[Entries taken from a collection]
——————————
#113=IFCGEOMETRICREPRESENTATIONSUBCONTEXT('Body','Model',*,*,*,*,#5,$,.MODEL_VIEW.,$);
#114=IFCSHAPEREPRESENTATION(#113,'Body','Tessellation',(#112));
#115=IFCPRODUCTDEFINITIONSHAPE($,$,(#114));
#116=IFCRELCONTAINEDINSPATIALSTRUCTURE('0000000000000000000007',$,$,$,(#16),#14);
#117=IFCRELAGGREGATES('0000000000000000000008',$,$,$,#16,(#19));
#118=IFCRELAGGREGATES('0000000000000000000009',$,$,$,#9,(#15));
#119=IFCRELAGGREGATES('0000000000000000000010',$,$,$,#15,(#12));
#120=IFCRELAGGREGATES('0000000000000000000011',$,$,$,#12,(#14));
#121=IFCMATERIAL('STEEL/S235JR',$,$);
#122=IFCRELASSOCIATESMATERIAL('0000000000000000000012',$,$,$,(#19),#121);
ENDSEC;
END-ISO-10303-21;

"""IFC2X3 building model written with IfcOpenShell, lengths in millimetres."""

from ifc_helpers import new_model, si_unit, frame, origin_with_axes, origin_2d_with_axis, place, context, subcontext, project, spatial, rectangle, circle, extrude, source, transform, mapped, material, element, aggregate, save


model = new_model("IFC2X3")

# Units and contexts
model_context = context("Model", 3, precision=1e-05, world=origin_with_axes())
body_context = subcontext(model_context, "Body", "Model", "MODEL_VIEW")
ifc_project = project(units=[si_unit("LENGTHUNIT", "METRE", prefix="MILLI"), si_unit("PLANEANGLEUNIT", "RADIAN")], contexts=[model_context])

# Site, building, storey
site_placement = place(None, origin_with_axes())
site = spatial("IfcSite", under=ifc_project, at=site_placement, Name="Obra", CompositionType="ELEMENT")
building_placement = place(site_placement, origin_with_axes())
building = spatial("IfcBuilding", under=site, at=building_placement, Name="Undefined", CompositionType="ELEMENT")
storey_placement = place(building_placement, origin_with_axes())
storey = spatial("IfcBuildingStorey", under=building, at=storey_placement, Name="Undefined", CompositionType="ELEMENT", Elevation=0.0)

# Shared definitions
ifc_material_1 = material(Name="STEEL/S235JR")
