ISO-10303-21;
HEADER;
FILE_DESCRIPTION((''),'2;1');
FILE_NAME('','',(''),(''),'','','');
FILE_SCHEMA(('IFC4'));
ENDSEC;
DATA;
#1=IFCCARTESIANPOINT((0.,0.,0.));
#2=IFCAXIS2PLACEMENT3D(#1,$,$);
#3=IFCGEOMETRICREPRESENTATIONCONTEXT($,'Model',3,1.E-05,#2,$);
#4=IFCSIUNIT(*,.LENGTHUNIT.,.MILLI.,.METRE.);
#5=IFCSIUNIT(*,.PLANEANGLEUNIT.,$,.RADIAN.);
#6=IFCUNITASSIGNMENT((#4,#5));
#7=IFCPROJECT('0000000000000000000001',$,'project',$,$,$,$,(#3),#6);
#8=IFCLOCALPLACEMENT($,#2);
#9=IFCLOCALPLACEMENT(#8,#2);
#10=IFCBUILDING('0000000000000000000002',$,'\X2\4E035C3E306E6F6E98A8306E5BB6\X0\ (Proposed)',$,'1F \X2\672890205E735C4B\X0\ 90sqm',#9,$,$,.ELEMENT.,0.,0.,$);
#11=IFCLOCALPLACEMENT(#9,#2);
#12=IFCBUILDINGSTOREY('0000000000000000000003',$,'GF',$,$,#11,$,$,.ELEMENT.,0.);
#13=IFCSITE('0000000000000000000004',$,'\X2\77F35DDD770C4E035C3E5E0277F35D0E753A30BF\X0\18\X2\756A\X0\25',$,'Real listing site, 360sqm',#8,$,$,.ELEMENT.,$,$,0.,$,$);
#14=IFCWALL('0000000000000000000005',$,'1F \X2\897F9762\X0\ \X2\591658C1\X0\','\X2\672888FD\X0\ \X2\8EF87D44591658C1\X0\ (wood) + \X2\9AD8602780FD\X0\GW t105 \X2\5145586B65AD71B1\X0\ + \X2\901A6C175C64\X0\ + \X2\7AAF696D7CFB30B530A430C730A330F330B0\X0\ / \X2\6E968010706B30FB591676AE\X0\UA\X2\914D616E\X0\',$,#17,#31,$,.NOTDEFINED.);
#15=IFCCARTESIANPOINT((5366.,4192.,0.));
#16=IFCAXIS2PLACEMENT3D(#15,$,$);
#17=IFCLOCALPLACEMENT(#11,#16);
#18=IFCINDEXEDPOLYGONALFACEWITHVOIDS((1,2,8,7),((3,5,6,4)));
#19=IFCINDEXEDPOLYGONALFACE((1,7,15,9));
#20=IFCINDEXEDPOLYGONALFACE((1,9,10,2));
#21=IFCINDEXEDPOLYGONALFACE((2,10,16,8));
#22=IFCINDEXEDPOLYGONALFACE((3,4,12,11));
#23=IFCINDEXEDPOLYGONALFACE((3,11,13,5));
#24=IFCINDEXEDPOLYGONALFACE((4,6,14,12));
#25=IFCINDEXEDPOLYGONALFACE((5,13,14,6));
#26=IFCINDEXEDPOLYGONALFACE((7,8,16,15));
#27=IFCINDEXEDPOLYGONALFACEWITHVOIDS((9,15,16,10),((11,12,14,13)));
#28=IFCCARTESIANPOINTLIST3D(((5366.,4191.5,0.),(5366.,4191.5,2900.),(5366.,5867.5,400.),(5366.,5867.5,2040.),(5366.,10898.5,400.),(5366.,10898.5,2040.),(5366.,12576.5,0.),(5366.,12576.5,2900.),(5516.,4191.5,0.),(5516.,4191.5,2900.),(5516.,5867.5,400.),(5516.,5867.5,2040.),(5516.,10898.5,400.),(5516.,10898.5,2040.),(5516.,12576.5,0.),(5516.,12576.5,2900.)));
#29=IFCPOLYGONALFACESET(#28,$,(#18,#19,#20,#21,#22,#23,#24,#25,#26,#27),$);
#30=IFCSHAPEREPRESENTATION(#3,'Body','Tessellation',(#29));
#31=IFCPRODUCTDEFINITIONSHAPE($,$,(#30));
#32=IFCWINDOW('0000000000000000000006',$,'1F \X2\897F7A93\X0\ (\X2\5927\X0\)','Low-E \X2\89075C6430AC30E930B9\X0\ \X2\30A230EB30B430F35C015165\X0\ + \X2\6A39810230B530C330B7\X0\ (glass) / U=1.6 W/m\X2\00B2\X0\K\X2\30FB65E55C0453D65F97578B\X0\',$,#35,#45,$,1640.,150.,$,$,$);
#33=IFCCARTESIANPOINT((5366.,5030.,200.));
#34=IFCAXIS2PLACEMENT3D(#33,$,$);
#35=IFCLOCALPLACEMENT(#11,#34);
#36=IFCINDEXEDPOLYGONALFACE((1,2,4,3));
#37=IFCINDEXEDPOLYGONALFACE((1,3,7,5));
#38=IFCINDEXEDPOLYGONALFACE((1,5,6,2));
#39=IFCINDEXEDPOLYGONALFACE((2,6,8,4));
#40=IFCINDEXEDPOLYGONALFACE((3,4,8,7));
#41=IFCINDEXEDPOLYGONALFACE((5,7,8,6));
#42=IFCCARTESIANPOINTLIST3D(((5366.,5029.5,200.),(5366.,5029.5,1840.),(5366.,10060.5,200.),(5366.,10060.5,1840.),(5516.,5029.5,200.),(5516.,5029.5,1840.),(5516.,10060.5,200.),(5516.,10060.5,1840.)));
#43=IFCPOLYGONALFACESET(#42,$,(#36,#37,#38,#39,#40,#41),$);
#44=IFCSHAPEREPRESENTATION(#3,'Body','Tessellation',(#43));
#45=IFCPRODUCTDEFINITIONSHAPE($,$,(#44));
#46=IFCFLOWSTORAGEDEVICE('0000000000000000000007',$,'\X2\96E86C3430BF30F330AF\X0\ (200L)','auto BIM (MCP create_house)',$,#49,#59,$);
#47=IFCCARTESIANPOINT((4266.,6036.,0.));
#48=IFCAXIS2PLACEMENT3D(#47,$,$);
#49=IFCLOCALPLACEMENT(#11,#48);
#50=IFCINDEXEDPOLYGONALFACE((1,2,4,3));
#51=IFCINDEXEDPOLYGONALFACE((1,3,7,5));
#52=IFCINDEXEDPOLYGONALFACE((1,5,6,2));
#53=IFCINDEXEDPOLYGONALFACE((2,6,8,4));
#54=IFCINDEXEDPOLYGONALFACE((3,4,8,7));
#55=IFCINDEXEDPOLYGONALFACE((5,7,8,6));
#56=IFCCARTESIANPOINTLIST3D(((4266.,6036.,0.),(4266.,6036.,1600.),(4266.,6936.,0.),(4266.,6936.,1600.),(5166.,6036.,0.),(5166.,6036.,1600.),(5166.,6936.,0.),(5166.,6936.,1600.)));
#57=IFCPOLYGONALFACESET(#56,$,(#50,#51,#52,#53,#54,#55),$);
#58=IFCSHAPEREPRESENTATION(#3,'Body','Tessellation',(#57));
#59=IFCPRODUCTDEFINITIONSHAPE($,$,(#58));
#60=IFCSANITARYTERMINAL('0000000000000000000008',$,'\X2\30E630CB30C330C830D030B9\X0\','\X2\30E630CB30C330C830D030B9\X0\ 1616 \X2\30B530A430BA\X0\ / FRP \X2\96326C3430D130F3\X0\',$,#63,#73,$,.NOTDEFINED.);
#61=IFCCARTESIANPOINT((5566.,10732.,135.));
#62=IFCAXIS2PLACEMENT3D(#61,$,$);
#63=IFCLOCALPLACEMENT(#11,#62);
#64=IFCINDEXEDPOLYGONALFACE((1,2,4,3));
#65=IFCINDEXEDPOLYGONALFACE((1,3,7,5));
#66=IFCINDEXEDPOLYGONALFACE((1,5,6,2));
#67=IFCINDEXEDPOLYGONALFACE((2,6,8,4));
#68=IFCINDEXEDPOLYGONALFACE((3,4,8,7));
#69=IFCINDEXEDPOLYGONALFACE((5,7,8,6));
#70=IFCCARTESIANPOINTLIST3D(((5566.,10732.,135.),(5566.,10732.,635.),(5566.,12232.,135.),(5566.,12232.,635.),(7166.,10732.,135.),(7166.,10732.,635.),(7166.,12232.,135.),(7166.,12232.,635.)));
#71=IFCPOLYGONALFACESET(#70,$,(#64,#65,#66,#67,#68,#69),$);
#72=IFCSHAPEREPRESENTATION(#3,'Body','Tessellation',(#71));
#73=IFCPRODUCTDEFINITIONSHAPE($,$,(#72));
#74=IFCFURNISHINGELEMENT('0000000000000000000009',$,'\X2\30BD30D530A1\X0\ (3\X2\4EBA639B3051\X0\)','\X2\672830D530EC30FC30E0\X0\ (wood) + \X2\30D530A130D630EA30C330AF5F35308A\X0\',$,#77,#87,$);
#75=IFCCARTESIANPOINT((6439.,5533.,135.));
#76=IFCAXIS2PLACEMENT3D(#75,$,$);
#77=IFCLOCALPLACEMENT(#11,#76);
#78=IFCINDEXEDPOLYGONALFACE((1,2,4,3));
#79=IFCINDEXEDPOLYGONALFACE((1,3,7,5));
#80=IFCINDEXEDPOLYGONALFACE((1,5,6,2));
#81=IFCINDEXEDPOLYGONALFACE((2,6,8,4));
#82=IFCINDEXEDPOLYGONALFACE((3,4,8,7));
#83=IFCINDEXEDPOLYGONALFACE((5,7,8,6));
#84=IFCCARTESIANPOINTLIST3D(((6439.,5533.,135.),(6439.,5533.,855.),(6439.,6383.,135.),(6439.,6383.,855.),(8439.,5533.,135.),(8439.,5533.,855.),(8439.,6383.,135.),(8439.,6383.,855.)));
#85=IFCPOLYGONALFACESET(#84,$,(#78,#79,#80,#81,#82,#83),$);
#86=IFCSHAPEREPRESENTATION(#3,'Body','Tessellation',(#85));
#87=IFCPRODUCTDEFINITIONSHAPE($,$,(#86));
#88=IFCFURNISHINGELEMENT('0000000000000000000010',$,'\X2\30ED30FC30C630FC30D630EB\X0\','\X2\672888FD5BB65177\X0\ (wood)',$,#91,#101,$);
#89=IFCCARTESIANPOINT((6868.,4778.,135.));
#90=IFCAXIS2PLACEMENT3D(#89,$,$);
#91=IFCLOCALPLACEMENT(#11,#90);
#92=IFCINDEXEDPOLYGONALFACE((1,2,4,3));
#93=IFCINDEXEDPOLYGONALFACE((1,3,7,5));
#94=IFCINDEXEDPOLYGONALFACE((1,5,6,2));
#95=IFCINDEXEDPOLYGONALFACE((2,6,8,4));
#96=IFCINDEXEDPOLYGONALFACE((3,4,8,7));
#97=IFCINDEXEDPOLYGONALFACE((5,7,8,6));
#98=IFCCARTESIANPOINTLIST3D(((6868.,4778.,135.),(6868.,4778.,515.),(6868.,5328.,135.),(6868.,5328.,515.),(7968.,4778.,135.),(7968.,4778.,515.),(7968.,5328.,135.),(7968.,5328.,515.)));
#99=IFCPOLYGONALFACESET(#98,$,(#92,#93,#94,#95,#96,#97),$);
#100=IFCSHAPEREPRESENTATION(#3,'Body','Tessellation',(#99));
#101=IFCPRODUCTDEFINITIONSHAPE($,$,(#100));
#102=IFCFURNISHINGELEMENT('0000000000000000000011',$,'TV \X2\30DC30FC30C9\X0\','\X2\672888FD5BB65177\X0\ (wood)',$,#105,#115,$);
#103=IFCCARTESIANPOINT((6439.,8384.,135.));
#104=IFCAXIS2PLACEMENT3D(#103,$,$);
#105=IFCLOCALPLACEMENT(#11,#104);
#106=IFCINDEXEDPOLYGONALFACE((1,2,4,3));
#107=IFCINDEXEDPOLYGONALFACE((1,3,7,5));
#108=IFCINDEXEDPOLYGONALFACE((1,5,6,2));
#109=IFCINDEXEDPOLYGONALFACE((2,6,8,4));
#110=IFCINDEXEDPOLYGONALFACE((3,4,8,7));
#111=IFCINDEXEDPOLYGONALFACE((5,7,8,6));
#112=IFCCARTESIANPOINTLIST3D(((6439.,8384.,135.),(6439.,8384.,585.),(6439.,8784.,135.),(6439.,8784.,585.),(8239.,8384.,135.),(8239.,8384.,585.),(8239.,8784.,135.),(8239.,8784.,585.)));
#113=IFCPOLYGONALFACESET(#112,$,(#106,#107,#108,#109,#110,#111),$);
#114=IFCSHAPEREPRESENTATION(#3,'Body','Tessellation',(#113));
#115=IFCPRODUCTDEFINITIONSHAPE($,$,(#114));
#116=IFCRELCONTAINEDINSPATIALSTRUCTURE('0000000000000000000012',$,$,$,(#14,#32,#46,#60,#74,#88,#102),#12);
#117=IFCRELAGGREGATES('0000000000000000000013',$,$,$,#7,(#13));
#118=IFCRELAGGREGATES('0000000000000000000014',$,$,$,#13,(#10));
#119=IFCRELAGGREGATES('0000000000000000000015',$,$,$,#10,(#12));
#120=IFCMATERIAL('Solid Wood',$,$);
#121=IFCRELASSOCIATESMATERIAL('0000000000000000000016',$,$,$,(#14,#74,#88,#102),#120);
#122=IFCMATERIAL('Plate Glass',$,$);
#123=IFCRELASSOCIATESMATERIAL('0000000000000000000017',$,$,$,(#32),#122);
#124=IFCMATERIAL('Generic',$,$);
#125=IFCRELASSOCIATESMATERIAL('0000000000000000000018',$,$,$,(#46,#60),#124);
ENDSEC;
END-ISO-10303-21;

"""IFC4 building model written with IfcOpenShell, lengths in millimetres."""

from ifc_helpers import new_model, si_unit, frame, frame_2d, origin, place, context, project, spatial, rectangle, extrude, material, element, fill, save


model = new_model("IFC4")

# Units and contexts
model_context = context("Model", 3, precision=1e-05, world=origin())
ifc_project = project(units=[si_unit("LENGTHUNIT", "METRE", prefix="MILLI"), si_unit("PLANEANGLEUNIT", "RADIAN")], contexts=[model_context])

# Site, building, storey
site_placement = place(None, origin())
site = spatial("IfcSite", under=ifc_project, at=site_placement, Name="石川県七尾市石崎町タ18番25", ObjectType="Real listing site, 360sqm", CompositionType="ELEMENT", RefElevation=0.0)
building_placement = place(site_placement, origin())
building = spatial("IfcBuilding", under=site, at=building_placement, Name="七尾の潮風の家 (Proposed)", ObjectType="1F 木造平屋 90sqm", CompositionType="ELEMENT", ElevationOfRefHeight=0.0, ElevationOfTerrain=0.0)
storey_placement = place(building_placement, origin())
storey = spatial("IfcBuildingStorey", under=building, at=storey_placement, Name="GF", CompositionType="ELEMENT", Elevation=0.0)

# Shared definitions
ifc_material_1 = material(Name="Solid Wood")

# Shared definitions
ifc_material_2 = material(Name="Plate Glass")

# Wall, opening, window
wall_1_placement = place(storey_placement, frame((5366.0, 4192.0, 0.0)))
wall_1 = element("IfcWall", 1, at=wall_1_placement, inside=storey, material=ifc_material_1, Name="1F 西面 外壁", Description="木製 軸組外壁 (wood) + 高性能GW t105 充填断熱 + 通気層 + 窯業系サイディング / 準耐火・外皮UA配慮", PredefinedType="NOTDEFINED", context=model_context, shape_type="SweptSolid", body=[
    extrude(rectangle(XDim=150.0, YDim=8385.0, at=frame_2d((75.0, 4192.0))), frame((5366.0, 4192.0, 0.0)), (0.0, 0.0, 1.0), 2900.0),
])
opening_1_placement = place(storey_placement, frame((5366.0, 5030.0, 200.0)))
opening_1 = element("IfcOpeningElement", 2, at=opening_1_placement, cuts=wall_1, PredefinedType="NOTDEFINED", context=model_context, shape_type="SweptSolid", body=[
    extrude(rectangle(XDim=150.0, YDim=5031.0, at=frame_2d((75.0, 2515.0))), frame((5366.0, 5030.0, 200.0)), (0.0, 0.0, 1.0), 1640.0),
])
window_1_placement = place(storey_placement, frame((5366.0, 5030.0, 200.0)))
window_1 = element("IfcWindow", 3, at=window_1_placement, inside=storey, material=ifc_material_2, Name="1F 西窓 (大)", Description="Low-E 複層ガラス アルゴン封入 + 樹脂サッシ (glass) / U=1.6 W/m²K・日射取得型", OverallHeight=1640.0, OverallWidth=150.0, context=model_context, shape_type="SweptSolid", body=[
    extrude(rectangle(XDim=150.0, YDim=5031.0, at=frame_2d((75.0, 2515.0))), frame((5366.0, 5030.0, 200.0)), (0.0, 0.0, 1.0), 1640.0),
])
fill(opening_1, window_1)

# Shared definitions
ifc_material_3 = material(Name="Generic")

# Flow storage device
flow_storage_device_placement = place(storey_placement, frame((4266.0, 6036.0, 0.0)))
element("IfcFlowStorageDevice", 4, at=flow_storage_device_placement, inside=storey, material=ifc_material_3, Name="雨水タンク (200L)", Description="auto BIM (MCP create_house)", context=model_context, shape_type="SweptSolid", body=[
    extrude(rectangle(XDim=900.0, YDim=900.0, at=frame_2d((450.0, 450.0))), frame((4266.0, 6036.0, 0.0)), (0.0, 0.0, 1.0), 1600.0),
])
——————————
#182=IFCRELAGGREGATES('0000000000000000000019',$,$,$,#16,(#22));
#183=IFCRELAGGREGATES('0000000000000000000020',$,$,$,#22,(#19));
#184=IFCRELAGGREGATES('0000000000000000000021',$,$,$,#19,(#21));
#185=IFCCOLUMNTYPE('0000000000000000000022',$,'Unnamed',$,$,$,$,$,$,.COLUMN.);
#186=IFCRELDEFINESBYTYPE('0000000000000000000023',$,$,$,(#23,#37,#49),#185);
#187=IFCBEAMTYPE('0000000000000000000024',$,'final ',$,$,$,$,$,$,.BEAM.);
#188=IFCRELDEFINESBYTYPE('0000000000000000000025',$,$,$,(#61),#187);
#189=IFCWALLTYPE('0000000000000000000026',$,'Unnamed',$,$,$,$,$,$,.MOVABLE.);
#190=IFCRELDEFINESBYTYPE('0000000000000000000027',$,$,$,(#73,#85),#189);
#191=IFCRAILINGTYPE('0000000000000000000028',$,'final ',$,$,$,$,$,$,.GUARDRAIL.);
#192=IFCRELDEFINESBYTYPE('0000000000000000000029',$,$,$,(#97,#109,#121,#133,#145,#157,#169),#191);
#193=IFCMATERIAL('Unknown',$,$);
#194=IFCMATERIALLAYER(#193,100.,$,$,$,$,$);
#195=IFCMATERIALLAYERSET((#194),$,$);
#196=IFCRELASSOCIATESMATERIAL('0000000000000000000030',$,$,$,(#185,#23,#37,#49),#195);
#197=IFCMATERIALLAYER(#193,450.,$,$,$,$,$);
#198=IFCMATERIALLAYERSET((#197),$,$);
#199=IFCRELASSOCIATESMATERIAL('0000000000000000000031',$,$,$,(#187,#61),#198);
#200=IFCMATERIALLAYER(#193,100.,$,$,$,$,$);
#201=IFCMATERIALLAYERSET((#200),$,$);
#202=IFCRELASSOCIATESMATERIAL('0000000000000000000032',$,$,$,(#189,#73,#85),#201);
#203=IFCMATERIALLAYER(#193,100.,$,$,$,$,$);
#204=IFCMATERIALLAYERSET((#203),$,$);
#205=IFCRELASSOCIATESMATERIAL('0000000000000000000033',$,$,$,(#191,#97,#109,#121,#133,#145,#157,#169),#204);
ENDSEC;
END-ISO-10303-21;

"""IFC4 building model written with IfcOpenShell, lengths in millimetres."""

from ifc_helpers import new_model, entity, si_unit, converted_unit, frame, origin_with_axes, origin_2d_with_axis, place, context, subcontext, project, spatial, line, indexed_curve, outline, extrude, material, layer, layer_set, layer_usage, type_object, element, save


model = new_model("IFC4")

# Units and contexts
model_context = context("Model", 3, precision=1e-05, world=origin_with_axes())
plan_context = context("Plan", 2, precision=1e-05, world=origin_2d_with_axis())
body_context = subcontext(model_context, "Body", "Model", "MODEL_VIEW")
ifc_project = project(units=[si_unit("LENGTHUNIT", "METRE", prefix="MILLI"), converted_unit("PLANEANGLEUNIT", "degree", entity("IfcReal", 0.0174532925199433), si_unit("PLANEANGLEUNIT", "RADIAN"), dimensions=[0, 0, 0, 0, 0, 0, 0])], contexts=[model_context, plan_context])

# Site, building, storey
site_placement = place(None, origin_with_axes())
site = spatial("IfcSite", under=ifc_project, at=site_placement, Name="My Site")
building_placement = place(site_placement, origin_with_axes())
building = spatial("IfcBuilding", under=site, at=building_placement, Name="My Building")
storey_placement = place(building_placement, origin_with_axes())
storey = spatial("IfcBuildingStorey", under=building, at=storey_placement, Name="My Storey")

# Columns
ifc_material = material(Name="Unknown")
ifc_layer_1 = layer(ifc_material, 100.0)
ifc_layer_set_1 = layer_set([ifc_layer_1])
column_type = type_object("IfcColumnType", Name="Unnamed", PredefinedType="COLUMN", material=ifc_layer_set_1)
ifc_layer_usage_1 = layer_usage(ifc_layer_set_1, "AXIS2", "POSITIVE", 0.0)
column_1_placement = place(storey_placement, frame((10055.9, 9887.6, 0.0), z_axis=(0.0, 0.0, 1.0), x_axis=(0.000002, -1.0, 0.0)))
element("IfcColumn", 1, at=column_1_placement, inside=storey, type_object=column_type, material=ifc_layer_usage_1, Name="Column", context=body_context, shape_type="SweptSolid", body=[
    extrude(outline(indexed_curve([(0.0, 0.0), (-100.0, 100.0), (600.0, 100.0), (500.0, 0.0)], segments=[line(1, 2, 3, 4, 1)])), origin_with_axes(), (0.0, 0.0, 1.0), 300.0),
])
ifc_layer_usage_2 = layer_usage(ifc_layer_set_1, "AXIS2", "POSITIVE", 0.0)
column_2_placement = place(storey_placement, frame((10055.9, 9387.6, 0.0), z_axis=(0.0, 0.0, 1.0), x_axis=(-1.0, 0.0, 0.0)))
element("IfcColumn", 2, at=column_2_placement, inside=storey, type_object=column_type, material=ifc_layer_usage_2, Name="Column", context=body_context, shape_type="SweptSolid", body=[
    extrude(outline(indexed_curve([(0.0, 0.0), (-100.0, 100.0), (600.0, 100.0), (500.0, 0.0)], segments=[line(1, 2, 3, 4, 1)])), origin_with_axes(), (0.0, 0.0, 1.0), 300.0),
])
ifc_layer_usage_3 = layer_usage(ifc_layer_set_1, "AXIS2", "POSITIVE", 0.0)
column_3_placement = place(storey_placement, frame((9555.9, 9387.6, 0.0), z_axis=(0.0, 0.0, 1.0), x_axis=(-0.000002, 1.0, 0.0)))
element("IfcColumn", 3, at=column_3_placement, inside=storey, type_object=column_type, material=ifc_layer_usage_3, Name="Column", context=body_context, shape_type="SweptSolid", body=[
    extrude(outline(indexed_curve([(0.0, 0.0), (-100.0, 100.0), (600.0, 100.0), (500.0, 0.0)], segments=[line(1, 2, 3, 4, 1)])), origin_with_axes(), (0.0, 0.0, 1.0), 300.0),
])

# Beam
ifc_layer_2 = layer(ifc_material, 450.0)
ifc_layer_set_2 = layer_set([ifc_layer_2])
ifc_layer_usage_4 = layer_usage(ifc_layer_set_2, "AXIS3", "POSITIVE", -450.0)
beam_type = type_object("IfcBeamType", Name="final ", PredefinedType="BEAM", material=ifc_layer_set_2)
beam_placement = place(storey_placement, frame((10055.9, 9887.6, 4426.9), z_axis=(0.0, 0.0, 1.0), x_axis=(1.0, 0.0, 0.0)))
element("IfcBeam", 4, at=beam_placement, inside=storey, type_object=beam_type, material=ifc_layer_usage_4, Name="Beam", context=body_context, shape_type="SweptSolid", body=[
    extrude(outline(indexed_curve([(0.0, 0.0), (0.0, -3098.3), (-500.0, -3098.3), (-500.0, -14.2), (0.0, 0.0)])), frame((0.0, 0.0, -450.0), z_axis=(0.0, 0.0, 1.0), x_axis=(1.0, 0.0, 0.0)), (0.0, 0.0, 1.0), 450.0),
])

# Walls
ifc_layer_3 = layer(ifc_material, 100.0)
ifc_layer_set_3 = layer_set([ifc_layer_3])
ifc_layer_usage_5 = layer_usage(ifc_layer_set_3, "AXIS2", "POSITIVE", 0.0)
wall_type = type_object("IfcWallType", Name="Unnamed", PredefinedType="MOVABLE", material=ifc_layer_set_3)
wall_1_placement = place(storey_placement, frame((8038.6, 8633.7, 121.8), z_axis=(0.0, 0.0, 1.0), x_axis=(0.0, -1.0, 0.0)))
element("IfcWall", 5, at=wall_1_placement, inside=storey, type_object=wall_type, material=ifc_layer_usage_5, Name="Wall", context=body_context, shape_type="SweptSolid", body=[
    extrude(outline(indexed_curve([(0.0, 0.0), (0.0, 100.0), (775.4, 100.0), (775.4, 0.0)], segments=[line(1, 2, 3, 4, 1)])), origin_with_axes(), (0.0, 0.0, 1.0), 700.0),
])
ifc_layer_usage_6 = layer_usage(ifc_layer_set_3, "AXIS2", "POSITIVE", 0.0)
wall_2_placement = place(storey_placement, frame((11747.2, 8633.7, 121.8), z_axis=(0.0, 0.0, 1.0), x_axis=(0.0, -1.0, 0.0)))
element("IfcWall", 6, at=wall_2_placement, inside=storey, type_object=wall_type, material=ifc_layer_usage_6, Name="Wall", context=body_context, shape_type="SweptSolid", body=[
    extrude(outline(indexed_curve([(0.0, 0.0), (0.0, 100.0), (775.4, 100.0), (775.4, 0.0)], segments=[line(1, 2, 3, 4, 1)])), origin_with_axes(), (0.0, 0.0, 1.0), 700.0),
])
——————————
Your task :: Both the line containing "#30=IFCSHAPEREPRESENTATION(#3,'Body','Tessellation',(#29));" and the line containing "#33=IFCCARTESIANPOINT((5366.,5030.,200.));" belong in the answer. Print them and every line above that falls between them exactly, and no others.

Solved exercise ::
#30=IFCSHAPEREPRESENTATION(#3,'Body','Tessellation',(#29));
#31=IFCPRODUCTDEFINITIONSHAPE($,$,(#30));
#32=IFCWINDOW('0000000000000000000006',$,'1F \X2\897F7A93\X0\ (\X2\5927\X0\)','Low-E \X2\89075C6430AC30E930B9\X0\ \X2\30A230EB30B430F35C015165\X0\ + \X2\6A39810230B530C330B7\X0\ (glass) / U=1.6 W/m\X2\00B2\X0\K\X2\30FB65E55C0453D65F97578B\X0\',$,#35,#45,$,1640.,150.,$,$,$);
#33=IFCCARTESIANPOINT((5366.,5030.,200.));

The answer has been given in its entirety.